**** INPUT RECORDS ****
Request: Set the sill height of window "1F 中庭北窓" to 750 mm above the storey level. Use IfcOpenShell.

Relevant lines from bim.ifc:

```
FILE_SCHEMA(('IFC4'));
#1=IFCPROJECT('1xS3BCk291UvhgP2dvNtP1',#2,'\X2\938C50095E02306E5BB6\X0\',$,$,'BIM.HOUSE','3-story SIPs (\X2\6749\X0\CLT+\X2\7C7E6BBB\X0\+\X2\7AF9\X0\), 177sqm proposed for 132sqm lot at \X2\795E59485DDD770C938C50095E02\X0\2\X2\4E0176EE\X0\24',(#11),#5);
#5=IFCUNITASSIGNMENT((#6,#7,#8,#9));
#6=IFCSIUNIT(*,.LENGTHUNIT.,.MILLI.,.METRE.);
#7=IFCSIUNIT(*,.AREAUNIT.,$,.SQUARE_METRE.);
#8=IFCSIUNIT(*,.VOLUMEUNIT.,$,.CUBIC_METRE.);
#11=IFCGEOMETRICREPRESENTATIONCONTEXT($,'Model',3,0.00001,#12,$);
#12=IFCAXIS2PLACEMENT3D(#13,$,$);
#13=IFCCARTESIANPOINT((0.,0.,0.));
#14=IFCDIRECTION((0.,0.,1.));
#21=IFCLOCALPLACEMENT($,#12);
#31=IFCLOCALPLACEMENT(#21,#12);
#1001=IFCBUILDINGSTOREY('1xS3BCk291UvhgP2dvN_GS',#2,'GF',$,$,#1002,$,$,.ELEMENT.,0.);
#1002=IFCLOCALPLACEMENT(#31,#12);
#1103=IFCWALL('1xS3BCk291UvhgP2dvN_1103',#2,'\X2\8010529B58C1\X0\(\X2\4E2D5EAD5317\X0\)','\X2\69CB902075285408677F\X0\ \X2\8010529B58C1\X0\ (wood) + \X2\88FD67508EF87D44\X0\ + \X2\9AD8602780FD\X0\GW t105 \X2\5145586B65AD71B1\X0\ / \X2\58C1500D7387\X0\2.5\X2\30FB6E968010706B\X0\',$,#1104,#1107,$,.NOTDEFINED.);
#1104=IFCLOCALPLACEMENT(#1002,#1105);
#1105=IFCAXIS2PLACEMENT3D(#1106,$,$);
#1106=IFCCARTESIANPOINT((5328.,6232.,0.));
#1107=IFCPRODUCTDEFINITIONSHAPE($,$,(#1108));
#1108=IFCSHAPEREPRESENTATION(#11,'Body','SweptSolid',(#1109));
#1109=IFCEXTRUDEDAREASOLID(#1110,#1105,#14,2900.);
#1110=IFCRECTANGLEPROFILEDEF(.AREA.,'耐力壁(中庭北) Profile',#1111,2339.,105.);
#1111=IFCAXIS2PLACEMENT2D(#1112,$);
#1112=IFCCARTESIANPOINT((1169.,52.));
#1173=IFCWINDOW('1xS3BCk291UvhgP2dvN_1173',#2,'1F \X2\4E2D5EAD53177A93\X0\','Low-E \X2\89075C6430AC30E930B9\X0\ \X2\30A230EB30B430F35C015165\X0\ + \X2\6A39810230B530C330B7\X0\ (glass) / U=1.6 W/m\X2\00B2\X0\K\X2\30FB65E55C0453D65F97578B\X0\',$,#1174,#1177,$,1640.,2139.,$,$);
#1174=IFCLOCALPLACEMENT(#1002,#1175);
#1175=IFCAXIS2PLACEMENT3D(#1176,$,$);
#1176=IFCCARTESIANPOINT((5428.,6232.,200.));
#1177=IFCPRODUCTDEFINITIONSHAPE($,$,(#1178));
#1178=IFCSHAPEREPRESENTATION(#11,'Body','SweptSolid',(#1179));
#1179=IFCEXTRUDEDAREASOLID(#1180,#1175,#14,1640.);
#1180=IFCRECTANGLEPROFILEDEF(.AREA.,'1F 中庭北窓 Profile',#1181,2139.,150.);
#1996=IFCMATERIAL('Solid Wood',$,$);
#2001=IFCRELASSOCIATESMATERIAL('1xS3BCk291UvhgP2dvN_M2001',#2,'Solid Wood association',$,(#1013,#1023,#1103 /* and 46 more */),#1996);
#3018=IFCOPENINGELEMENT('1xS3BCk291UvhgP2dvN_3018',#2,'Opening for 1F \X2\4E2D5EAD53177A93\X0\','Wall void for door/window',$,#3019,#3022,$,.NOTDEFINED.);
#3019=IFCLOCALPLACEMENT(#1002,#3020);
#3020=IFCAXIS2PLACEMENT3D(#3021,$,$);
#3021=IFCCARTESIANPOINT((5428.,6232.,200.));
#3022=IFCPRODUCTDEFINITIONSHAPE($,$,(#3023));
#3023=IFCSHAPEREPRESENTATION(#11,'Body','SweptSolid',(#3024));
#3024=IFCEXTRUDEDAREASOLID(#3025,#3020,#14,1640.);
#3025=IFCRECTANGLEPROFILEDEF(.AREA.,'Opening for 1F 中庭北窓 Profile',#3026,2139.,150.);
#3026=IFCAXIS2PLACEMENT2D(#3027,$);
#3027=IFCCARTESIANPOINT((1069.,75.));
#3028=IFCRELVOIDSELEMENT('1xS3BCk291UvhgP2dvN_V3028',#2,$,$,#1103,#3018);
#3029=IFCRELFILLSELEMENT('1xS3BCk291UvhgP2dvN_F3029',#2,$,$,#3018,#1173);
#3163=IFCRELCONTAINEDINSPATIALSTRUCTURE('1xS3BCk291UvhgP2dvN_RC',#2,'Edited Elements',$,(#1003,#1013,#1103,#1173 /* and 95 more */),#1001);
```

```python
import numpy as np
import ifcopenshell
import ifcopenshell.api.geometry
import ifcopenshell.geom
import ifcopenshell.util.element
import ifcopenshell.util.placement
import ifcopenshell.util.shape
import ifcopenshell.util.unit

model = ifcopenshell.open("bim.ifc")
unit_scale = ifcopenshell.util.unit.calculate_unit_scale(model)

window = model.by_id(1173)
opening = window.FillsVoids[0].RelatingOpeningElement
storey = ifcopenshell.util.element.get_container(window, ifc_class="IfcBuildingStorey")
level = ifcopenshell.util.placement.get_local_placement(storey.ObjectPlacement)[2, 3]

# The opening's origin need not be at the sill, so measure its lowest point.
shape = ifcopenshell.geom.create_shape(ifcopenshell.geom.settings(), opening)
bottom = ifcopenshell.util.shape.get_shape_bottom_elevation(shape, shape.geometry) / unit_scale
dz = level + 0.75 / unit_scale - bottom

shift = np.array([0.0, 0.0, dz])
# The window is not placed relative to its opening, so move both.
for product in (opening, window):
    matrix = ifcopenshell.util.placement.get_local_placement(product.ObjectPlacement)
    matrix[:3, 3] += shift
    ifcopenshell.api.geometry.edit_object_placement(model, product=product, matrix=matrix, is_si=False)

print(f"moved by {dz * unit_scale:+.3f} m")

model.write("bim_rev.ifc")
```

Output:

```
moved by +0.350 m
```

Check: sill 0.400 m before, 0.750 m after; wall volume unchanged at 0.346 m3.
****
**** INPUT RECORDS ****
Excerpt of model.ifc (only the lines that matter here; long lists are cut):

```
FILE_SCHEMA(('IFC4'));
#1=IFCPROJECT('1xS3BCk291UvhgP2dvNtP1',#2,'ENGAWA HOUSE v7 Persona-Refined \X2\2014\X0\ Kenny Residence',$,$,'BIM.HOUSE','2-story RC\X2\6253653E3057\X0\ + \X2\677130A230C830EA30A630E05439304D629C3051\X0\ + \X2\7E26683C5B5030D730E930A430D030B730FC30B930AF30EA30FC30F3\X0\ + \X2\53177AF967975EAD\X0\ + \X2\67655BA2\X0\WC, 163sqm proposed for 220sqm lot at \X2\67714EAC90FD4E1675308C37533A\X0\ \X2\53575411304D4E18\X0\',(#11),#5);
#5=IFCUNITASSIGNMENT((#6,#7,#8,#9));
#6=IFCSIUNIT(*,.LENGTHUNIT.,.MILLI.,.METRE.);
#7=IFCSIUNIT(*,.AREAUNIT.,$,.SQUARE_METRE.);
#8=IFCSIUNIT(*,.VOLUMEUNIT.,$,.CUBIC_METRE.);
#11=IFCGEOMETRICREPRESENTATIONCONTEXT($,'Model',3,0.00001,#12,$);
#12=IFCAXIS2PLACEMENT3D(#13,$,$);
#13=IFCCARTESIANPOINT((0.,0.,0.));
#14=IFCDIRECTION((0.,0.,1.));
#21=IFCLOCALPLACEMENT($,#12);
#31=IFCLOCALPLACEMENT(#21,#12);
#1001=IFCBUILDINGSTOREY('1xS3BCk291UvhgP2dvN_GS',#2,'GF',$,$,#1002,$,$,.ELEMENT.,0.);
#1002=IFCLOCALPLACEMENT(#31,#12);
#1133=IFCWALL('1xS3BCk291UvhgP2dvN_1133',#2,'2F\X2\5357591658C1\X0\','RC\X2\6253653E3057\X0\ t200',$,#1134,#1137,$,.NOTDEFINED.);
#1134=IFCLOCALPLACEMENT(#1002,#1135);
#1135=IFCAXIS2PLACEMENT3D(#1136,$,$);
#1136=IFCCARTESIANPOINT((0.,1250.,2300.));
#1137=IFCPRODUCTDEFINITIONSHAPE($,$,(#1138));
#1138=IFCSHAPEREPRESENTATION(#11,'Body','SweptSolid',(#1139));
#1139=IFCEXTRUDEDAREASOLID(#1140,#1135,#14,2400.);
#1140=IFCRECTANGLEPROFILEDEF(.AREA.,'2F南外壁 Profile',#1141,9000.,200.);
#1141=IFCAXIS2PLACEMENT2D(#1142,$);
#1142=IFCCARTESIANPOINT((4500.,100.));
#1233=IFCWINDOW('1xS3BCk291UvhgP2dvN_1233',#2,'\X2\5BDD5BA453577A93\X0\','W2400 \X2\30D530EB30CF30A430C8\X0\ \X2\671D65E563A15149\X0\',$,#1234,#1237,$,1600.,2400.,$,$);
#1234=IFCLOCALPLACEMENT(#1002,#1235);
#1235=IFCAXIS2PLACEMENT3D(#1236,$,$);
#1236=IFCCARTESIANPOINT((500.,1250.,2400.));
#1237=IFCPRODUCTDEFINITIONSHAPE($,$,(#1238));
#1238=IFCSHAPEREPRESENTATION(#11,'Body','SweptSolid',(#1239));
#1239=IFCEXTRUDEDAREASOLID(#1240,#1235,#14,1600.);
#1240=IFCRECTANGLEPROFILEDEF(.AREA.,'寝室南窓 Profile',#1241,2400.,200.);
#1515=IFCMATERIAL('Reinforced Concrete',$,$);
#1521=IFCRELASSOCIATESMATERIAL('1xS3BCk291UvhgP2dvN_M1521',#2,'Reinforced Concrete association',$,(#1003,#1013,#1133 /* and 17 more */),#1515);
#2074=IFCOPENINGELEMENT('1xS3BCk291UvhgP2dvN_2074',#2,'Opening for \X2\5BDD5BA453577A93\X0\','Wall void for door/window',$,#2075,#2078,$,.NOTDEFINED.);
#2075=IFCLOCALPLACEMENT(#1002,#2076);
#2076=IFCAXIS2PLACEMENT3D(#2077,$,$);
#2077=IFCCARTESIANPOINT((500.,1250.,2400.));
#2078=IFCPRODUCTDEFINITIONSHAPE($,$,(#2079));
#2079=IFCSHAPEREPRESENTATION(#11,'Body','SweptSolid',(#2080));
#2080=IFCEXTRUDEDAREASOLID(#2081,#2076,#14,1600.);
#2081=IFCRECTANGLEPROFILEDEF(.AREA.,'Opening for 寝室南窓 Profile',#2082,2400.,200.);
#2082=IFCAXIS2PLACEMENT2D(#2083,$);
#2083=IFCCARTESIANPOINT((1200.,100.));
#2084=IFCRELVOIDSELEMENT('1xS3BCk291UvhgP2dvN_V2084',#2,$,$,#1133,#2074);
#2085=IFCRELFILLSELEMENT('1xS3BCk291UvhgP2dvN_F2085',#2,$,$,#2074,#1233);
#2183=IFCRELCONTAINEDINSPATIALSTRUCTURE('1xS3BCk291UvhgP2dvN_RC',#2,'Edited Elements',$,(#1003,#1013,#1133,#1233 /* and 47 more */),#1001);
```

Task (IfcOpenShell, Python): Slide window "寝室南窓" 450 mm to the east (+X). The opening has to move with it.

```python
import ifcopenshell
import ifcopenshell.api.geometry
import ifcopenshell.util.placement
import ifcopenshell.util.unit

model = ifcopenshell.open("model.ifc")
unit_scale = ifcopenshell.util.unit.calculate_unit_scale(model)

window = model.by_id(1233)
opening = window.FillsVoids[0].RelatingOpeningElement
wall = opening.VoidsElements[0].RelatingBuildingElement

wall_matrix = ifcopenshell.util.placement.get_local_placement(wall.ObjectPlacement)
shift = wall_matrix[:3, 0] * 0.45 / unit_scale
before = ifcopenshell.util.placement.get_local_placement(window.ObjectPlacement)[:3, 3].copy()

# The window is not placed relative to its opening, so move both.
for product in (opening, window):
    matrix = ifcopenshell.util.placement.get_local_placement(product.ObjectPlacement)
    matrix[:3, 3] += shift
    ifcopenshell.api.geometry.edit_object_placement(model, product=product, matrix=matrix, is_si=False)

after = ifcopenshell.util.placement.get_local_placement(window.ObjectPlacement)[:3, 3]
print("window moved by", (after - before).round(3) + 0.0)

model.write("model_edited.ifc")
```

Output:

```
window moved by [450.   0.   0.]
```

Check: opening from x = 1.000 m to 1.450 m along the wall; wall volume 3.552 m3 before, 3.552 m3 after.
****
**** INPUT RECORDS ****
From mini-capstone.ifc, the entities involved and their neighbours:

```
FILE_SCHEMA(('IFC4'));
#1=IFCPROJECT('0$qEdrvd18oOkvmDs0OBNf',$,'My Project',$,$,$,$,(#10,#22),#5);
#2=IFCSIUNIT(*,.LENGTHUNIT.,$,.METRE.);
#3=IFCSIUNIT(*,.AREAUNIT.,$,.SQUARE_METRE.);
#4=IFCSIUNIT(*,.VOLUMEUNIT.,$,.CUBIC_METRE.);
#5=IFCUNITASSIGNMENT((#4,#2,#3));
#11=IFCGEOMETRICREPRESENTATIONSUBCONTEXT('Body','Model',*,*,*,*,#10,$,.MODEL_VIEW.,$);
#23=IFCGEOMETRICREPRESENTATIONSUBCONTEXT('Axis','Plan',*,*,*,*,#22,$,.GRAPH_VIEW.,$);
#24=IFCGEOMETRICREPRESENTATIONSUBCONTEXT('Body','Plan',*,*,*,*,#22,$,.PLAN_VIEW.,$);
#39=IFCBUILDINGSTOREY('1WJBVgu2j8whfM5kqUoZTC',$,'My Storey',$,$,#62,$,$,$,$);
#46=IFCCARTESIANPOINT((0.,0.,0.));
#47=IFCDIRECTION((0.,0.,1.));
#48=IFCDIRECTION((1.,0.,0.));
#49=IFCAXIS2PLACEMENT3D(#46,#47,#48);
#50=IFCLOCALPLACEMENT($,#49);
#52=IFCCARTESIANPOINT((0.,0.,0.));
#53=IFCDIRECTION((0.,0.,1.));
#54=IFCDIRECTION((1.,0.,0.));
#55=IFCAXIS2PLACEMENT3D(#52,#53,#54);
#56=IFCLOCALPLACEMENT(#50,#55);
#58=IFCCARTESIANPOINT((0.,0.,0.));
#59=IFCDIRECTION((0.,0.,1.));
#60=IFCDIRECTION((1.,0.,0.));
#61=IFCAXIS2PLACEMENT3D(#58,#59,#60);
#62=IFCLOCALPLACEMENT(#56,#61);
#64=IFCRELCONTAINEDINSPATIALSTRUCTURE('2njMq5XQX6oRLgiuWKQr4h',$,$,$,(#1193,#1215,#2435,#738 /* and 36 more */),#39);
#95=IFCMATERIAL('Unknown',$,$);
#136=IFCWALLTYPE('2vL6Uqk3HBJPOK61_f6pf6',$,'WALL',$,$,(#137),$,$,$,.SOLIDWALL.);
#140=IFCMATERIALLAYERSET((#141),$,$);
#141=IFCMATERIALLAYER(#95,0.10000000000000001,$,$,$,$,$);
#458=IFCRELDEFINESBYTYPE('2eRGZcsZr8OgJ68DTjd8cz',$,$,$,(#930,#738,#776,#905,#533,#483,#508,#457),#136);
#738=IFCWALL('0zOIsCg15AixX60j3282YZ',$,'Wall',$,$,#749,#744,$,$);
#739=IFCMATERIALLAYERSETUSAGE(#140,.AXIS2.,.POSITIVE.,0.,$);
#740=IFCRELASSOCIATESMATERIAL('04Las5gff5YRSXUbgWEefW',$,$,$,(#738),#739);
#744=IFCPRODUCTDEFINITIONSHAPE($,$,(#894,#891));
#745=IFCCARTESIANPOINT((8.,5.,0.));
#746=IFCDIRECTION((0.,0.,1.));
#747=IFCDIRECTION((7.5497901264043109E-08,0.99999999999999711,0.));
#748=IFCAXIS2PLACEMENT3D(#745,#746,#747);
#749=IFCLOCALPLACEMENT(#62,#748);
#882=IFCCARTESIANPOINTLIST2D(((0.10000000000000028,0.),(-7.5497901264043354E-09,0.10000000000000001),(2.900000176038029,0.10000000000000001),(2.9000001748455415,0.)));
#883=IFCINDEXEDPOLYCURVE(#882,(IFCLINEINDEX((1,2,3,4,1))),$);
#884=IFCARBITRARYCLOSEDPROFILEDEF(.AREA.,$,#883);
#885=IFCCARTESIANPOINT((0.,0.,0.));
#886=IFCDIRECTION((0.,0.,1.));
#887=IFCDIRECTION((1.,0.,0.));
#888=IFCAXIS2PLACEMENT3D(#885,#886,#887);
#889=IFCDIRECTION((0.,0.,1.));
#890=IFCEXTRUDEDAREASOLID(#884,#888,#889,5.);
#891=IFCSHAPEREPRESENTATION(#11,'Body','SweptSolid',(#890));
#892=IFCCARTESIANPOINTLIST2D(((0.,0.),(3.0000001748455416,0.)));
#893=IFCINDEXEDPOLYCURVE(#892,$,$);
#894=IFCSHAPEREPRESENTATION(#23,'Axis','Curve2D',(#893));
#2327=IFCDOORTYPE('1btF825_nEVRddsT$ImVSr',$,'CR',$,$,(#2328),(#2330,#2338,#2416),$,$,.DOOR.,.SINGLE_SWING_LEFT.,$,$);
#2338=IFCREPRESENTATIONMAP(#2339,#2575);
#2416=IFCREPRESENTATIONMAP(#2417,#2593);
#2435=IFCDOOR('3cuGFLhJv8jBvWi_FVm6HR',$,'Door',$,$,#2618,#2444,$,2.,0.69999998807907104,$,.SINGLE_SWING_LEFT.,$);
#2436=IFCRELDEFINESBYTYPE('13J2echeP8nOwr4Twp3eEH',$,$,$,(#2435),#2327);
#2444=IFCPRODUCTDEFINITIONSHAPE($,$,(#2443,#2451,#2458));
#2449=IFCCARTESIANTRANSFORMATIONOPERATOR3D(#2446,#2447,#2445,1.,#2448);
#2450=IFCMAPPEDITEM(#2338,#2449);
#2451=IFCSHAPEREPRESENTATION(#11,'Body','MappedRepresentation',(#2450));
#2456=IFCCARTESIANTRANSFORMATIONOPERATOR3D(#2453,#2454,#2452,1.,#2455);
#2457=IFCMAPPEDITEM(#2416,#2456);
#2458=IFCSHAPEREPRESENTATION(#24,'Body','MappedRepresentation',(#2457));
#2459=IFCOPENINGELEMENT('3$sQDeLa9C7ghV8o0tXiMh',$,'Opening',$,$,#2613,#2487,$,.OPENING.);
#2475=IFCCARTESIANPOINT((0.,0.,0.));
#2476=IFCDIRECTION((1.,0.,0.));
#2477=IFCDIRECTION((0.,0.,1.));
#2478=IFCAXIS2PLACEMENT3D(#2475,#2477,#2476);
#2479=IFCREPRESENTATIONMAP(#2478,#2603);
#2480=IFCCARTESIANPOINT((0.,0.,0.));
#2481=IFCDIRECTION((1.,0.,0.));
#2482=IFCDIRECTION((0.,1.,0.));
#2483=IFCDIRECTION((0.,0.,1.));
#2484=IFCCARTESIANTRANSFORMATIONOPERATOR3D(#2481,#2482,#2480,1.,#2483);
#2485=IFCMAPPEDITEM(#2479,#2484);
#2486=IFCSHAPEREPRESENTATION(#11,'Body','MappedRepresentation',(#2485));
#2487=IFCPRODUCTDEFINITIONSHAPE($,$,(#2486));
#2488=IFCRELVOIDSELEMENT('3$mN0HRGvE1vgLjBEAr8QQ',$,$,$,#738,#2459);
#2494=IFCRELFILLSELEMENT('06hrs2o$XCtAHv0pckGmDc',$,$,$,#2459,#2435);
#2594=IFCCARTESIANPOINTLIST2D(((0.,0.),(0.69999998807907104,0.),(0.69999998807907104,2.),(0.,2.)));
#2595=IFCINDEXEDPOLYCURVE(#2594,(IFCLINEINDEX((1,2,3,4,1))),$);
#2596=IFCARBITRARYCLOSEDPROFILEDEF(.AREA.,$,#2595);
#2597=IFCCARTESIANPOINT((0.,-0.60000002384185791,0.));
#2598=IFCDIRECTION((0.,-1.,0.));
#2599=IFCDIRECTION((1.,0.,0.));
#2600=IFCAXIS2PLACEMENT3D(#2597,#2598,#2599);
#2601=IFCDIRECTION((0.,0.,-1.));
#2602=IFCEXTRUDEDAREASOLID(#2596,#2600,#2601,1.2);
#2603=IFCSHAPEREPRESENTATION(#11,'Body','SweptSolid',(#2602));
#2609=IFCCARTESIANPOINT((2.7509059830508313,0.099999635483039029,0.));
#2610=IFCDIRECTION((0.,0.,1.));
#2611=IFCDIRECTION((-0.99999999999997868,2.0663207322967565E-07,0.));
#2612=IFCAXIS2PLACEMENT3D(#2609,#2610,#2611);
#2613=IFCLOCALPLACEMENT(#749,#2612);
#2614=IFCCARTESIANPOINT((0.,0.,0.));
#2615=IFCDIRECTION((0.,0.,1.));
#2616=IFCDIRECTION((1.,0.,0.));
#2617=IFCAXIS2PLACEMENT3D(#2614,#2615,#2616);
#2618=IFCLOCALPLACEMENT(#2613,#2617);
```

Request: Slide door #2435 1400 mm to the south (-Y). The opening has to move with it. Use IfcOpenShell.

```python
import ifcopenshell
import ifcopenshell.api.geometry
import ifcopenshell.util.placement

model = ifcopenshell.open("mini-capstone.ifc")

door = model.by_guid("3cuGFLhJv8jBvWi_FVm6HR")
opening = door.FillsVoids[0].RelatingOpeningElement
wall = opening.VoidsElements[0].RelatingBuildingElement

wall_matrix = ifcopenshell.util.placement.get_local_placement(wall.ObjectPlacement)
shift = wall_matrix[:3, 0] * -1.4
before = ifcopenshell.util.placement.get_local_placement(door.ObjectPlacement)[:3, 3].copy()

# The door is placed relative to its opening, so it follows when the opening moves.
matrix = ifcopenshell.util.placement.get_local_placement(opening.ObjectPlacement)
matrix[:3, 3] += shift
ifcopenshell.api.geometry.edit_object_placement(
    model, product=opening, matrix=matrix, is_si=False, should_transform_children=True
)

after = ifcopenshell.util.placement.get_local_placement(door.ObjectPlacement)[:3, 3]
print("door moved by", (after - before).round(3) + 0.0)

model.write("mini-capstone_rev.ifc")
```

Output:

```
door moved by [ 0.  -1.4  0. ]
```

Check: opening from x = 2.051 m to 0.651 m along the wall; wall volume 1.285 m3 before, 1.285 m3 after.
****
§ TASK OBJECTIVE: Read the data above and pull out each line that holds the string "Plan".

§ TASK OUTPUT:
#23=IFCGEOMETRICREPRESENTATIONSUBCONTEXT('Axis','Plan',*,*,*,*,#22,$,.GRAPH_VIEW.,$);
#24=IFCGEOMETRICREPRESENTATIONSUBCONTEXT('Body','Plan',*,*,*,*,#22,$,.PLAN_VIEW.,$);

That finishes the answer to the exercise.